I'm assuming detect.py --device cpu works correctly?

glenn-jocher commented 3 years ago

The Windows CI tests (on CPU) show correct detections here, both for custom trained models and official auto-downloaded models. These tests run every 24 hours. https://github.com/ultralytics/yolov5/runs/1803125015?check_suite_focus=true

Screen Shot 2021-02-01 at 12 33 45 PM
davesargrad commented 3 years ago

@glenn-jocher as you thought.. when i use the CPU I get proper identification.

image

image

Thanks very much. Assuming that I continue to isolate environment problems, I will be sure to post what I learn here. Hopefully that will help contribute to your growing knowledge base.

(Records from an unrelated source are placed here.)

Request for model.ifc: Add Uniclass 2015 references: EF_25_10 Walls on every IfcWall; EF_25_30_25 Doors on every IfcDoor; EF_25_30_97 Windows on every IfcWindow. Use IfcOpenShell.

First a look at what the model holds.

```python
import ifcopenshell

model = ifcopenshell.open("model.ifc")
print(model.schema)
print("classifications:", [c.Name for c in model.by_type("IfcClassification")])
for ifc_class in ("IfcDoor", "IfcRoof", "IfcStair", "IfcWall", "IfcWindow"):
    print(ifc_class, len(model.by_type(ifc_class)))
```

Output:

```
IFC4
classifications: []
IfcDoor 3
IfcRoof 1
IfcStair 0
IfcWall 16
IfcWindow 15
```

```python
import ifcopenshell
import ifcopenshell.api.classification

model = ifcopenshell.open("model.ifc")

system = ifcopenshell.api.classification.add_classification(model, classification="Uniclass 2015")

codes = {
    "IfcWall": ("EF_25_10", "Walls"),
    "IfcDoor": ("EF_25_30_25", "Doors"),
    "IfcWindow": ("EF_25_30_97", "Windows"),
}
for ifc_class, (code, name) in codes.items():
    products = model.by_type(ifc_class)
    ifcopenshell.api.classification.add_reference(
        model, products=products, classification=system, identification=code, name=name
    )
    print(code, len(products))

model.write("model_updated.ifc")
```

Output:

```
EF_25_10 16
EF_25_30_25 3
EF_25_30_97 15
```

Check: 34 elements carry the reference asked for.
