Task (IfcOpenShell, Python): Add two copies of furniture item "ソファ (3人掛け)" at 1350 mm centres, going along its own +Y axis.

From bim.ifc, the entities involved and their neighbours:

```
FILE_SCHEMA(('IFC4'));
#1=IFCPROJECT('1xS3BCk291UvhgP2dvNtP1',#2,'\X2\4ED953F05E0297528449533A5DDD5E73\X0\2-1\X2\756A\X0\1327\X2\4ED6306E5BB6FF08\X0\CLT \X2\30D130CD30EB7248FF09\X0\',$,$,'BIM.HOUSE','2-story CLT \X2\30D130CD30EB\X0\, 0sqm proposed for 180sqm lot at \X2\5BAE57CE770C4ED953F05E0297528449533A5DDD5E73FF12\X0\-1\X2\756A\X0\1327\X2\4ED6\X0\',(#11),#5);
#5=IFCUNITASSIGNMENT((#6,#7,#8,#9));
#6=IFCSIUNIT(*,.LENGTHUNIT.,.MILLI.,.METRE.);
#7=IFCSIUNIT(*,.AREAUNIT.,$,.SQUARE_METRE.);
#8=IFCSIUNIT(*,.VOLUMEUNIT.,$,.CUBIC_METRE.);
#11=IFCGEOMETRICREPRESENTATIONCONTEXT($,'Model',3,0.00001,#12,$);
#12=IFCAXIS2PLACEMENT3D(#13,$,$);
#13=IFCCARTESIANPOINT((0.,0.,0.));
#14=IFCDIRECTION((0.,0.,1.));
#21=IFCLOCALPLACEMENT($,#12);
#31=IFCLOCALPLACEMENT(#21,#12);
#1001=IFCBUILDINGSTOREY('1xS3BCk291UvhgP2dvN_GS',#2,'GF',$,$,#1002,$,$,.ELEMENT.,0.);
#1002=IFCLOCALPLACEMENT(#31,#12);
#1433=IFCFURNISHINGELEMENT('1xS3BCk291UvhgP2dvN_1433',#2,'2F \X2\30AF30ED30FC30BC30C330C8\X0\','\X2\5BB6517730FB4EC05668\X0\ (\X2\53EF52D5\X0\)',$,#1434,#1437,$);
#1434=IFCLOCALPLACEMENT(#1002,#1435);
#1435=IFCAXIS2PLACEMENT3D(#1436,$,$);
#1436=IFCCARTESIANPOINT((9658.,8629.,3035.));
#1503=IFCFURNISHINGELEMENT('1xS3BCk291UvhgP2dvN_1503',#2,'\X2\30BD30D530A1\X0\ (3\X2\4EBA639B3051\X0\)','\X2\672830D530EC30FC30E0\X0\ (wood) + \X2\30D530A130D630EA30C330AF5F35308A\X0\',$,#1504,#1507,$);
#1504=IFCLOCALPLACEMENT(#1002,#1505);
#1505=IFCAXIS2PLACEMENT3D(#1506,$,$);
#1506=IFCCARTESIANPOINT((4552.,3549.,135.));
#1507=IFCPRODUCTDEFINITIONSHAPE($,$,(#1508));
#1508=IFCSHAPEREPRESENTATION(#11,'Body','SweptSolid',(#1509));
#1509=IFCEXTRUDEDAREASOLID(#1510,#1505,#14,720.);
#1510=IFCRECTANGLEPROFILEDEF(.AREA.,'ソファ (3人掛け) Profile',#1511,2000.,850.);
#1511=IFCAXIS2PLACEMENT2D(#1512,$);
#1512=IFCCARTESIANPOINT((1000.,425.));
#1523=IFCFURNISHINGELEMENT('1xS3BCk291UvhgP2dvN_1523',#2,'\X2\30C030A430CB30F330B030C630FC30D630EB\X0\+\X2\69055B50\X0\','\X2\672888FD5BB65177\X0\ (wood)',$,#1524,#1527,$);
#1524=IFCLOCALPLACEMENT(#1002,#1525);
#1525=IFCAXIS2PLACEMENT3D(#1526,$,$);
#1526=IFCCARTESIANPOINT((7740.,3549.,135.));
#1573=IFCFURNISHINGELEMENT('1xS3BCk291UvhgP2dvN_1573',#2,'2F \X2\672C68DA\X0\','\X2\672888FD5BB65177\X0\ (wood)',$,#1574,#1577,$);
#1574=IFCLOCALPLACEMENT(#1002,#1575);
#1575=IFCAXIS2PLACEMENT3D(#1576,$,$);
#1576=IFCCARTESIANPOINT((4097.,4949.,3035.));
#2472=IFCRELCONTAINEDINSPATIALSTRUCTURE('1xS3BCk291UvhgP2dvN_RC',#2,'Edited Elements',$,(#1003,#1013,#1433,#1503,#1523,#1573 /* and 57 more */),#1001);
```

```python
import ifcopenshell
import ifcopenshell.api.geometry
import ifcopenshell.api.root
import ifcopenshell.util.element
import ifcopenshell.util.placement

model = ifcopenshell.open("bim.ifc")


def reuse_history(source, copy):
    """copy_class also copies each property set's owner history, people and application; keep the originals."""
    for rel in copy.IsDefinedBy:
        if rel.is_a("IfcRelDefinesByProperties") and (history := rel.RelatingPropertyDefinition.OwnerHistory):
            rel.RelatingPropertyDefinition.OwnerHistory = source.OwnerHistory
            ifcopenshell.util.element.remove_deep2(model, history)


source = model.by_id(1503)
base = ifcopenshell.util.placement.get_local_placement(source.ObjectPlacement)
step = base[:3, 1] * 1350.0

for i in range(1, 3):
    copy = ifcopenshell.api.root.copy_class(model, product=source)
    copy.Representation = ifcopenshell.util.element.copy_deep(
        model, source.Representation, exclude=["IfcGeometricRepresentationContext", "IfcRepresentationMap"]
    )
    reuse_history(source, copy)
    matrix = base.copy()
    matrix[:3, 3] += i * step
    print("added at", matrix[:3, 3].round(3) + 0.0)
    ifcopenshell.api.geometry.edit_object_placement(model, product=copy, matrix=matrix, is_si=False)

model.write("bim_updated.ifc")
```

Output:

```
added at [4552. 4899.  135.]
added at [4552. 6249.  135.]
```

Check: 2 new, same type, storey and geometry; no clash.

wudashuo commented 3 years ago

Yes, there is a problem with detecting on Windows, and I raised an issue about this. It seems like something wrong with the PyTorch 1.7 Windows version. And the Linux version works fine. You can find more details in my issue #1625

github-actions[bot] commented 3 years ago

This issue has been automatically marked as stale because it has not had recent activity. It will be closed if no further activity occurs. Thank you for your contributions.